Tom was a factory hand on the Freebooter
Ken oldridge


----------



## koldie

geordie peacock said:


> Hi snacker,
> My name is george peacock, and i sailed on the freebooter with all th guy's you mention, ted scott was the factory manger. i also sailed with sid trolly's son on another of the arctic boats, was dave hall a big guy who always went on holiday to spain on his leaves. ???

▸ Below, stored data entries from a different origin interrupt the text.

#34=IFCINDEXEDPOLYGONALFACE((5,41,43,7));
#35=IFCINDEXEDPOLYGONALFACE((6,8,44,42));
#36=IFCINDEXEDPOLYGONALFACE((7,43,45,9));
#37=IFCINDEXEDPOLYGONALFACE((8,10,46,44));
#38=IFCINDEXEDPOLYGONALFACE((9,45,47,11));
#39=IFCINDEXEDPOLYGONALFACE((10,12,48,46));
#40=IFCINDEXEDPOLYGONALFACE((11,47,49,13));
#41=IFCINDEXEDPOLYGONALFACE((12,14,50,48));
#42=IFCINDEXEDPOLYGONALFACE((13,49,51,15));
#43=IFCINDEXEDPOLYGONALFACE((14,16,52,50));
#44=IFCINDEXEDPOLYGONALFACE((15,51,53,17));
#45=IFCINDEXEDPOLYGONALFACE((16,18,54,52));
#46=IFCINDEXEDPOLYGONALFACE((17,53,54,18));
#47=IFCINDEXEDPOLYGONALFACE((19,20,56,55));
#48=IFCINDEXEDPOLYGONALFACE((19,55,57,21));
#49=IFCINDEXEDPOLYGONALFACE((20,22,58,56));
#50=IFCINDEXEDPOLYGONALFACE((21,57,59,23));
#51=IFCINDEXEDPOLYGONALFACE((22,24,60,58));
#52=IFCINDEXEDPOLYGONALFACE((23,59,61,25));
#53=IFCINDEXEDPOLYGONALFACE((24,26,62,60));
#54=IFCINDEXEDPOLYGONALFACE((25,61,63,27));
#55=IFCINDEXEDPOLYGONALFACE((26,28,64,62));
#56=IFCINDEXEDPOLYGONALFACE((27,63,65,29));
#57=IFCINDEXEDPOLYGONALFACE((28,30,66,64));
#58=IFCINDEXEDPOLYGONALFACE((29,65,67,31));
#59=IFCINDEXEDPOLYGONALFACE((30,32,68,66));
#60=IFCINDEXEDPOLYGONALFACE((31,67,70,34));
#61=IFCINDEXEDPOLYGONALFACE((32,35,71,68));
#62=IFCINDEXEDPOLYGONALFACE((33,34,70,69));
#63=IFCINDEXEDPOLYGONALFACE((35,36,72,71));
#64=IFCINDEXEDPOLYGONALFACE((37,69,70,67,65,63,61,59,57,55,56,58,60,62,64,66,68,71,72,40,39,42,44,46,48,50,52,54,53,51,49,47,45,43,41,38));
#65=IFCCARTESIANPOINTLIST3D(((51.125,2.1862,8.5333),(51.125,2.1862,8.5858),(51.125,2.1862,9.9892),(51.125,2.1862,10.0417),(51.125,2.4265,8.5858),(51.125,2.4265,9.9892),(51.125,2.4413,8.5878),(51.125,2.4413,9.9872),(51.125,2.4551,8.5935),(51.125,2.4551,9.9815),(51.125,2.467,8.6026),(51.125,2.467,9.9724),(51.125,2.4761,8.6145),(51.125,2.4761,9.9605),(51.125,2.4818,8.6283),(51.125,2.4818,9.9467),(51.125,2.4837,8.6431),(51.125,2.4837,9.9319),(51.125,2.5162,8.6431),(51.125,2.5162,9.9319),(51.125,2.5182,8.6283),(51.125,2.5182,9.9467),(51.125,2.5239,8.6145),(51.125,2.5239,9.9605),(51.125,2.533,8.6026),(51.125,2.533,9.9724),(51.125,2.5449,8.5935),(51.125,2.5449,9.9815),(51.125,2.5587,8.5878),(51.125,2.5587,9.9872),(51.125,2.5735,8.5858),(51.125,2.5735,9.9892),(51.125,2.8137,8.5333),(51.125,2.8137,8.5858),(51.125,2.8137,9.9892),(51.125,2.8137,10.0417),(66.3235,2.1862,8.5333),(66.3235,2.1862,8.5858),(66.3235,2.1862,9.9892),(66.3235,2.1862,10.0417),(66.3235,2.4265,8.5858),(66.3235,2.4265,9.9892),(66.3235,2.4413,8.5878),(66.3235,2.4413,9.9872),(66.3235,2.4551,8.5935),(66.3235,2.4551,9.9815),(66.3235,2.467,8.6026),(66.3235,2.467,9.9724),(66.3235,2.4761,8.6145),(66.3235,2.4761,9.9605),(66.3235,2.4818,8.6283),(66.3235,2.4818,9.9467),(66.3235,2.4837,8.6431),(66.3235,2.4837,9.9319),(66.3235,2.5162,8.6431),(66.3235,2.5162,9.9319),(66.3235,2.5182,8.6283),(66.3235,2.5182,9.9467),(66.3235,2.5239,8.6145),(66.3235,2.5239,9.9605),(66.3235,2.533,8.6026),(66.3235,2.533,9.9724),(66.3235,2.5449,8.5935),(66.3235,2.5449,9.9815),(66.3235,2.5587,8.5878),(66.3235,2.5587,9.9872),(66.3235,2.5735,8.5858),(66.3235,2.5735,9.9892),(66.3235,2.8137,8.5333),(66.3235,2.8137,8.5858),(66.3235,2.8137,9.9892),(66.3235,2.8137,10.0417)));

yes had some great times on the old girl 4th,3rd and 2nd engineer 

Ken Oldridge


----------



## WicklowJimmy

Anyone out there sail on the Ranger boats out of Shields?


----------



## wahwerit

*The Sargon*



humbertug said:


> as we have a grimsby and lowestoft thread i think we must have a hull one so come on boys get posting


Hello Im the grandson of the late Sydney Wahwerit of Hull who was a mate on the Sargon when she ran aground in Patreksfordur in Iceland 1948. Im trying to get as much information as I can on the accident and also anyone who might have known him . I know that there is a survivor living in Hull who would have been about 16 or 18 at the time as my Father meet him . My father is also called Sydney Wahwerit from Hull


----------



## gadfly

wahwerit said:


> Hello Im the grandson of the late Sydney Wahwerit of Hull who was a mate on the Sargon when she ran aground in Patreksfordur in Iceland 1948. Im trying to get as much information as I can on the accident and also anyone who might have known him . I know that there is a survivor living in Hull who would have been about 16 or 18 at the time as my Father meet him . My father is also called Sydney Wahwerit from Hull


Wahwerit

The wreck report is available for download on this site:

http://www.plimsoll.org/resources/SCCLibraries/WreckReports/14176.asp

Regards

Gadfly


----------



## birgir

Which Hull longliner was wrecked at the Westman Islands, Iceland in august 1896?
The longlines salvaged from the wreck instituted the most revolutionary breakthrough in the economic history of that fishing station, in the opinon of an old fishermen looking back in 1958. 
Thomas Doodman, was a british longliner captain, who frequented the place in 1898-1900, and went to great lengths to provide what would now be called development assistance, to the "primitive" local fishemen. (Blue ling was for a while known in the Westman Islands as "Doodman´s fish").
Does anyone have any information about this man?

Birgir Thorisson.


----------



## snacker

I remember going ashore in Patreksfjiord in 1968 when I was in the Arctic Galliard and 2 wrecks were visible in the harbour one was the Boston Wellvale which had been salvaged by a young Icelandic guy and was put back in to service as the icelandic trawler Ran and the other we were told was the Sargon with her forward mast and bow sticking out of the water. some of the old hands told us the story of her being lost 
www.trawlerman.piczo.com


----------



## birgir

Snacker.

Your memory must be faulty. Sargon grounded on the shore opposite the harbour at Patreksfjordur. By 1968, only the boiler, and a part of the stem was still visible.
You obviously entered the harbour of Isafjordur, where the salvaged Boston Wellvale and the remnants of the trawler Gudmundur Juni (ex-Jupiter), built at Beverley in 1925, were.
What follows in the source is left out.